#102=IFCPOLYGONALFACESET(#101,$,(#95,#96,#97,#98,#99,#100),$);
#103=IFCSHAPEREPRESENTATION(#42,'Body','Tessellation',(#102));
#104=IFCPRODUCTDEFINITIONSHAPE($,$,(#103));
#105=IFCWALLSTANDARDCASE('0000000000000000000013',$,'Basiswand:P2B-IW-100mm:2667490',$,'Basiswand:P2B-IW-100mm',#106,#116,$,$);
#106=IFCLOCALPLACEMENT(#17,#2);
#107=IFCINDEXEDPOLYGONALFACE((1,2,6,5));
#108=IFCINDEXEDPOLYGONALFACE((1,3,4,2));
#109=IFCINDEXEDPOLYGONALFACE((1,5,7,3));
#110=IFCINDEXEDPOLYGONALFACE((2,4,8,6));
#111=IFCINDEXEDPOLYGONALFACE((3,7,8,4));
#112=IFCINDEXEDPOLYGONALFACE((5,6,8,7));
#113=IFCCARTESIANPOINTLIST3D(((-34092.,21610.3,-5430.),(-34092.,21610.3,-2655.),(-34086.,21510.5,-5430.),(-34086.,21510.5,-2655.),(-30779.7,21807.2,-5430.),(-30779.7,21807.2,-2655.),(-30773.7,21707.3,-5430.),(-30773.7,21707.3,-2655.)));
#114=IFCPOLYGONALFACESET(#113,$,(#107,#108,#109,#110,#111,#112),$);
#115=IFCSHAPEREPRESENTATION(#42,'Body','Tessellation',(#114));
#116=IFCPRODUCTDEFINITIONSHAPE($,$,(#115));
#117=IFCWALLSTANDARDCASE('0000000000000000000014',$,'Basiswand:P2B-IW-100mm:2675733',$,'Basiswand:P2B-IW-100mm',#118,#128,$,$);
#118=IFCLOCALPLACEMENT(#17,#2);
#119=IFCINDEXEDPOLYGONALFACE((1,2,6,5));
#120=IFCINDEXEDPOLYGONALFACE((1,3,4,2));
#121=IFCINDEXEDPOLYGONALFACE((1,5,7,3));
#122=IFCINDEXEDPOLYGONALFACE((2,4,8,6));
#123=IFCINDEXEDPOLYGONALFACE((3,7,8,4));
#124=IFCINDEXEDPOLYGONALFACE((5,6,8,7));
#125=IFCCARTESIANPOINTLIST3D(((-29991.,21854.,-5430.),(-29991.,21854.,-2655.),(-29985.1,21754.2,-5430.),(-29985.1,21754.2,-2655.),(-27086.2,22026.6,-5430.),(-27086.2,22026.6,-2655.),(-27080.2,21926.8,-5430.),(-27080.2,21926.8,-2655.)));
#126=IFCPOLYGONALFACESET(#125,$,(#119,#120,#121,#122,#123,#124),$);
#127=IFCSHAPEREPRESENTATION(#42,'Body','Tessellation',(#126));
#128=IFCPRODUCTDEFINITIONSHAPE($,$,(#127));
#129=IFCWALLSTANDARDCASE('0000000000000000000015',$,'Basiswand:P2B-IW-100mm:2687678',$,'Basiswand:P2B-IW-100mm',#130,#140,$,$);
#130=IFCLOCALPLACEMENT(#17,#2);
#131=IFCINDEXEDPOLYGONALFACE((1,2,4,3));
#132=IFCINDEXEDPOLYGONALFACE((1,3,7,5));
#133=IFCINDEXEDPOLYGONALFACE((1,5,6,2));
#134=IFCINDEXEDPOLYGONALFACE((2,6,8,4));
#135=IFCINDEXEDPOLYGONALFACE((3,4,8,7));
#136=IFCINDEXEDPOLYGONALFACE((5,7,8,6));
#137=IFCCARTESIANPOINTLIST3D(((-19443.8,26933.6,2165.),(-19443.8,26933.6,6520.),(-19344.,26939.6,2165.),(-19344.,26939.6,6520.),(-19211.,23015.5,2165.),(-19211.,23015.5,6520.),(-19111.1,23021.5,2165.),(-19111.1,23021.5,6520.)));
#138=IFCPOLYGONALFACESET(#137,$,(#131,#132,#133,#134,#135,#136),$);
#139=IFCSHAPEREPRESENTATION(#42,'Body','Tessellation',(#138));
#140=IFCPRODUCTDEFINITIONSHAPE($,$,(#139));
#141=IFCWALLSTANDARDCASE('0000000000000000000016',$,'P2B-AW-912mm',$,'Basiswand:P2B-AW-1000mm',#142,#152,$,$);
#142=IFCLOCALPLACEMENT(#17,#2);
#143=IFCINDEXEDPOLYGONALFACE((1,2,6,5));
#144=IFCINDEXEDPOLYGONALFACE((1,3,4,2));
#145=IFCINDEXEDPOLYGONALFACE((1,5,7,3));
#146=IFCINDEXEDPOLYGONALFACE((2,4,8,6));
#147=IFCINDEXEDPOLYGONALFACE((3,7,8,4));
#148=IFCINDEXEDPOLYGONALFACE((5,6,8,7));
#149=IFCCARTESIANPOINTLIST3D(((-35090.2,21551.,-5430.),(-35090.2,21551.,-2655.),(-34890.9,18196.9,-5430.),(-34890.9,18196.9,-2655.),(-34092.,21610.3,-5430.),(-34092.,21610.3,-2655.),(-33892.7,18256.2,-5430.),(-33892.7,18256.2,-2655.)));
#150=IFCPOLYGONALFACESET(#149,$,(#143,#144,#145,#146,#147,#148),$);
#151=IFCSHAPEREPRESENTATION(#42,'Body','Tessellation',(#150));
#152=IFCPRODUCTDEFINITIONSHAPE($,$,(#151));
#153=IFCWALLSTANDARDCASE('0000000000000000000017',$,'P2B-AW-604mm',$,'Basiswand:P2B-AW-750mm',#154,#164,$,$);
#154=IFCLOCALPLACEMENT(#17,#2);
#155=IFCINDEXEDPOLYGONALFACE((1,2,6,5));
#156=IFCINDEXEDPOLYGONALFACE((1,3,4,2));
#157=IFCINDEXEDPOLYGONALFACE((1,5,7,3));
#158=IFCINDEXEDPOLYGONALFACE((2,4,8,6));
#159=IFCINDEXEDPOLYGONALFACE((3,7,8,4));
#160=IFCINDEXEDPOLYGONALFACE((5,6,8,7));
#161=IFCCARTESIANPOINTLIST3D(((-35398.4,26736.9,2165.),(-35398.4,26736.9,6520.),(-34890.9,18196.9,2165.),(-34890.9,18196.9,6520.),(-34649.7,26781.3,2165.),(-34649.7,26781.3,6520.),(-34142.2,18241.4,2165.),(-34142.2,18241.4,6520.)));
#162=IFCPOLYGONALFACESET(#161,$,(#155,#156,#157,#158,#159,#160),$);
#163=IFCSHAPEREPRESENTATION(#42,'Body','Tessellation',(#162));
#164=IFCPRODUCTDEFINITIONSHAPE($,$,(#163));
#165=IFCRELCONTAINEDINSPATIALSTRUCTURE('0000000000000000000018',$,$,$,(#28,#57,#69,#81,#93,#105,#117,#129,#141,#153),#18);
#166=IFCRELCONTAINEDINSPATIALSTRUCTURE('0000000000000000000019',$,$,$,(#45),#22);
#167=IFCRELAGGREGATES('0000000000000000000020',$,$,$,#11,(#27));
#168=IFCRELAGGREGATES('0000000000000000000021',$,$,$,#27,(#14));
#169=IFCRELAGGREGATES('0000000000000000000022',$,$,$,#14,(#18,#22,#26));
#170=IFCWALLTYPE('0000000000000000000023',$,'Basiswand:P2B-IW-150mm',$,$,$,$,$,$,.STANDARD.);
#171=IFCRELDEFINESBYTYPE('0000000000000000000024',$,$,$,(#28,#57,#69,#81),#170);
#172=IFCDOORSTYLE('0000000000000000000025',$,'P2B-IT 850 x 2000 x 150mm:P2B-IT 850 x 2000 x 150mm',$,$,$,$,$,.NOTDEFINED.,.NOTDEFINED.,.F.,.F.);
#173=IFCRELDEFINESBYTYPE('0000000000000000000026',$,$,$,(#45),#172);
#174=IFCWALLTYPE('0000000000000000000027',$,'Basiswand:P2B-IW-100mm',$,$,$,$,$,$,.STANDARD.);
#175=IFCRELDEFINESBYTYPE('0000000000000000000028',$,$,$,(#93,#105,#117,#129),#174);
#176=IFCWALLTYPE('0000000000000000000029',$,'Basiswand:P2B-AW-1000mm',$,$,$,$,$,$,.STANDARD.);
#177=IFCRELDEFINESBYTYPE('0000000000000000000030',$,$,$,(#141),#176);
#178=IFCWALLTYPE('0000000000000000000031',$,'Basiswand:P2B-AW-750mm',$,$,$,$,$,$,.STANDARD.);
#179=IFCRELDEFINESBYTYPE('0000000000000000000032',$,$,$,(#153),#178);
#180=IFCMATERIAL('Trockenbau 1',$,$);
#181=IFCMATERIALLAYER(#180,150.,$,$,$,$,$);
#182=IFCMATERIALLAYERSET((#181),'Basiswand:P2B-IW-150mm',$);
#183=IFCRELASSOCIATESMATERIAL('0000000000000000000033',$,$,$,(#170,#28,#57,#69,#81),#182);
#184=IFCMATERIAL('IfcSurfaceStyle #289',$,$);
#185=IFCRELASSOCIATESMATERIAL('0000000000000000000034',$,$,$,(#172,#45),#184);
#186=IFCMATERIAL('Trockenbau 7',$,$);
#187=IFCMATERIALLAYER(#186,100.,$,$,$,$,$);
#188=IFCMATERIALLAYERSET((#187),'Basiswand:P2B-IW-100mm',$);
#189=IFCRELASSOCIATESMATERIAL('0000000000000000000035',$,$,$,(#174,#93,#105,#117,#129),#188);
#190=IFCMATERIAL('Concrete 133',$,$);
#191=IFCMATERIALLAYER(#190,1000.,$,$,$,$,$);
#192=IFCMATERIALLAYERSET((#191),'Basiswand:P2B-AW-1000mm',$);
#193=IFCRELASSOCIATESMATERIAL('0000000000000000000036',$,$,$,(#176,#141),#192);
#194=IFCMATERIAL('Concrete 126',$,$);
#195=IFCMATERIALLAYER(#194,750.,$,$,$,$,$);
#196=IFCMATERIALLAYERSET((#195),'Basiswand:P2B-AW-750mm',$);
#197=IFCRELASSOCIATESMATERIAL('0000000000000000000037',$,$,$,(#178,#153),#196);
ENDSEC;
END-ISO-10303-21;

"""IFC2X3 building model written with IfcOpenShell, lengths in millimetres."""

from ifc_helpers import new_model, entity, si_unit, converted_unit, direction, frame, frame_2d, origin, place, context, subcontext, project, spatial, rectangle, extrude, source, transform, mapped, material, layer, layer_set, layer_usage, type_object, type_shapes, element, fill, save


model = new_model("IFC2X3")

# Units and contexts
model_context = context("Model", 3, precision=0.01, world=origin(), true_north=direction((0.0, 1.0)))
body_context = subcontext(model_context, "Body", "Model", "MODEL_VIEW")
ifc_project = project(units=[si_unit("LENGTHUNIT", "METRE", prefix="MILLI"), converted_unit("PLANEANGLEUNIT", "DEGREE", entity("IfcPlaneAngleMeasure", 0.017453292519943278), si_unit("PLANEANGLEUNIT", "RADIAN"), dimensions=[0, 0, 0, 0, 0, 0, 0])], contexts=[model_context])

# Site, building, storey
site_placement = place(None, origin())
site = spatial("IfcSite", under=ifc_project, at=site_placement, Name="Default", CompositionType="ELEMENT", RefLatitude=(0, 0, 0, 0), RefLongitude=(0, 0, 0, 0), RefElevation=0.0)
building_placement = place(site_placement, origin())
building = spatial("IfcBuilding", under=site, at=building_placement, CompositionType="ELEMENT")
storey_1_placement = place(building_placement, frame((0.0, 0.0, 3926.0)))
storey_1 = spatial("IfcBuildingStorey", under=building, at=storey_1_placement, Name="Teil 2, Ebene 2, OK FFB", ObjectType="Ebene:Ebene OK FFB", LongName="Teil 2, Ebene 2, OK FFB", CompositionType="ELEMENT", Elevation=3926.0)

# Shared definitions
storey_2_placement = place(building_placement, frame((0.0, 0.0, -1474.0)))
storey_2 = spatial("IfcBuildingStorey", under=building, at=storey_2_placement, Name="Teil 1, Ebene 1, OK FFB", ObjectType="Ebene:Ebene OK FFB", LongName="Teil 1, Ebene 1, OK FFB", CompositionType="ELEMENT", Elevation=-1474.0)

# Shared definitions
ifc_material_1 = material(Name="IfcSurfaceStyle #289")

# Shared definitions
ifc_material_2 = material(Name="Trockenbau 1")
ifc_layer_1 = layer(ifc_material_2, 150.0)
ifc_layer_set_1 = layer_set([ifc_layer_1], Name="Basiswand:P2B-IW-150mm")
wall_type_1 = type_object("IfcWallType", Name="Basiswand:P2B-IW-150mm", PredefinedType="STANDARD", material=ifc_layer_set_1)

+===+

PROBLEM STATEMENT: Copy, from the material, each line that holds the string "contexts".

WRITTEN ANSWER:
# Units and contexts
ifc_project = project(units=[si_unit("LENGTHUNIT", "METRE", prefix="MILLI"), converted_unit("PLANEANGLEUNIT", "DEGREE", entity("IfcPlaneAngleMeasure", 0.017453292519943278), si_unit("PLANEANGLEUNIT", "RADIAN"), dimensions=[0, 0, 0, 0, 0, 0, 0])], contexts=[model_context])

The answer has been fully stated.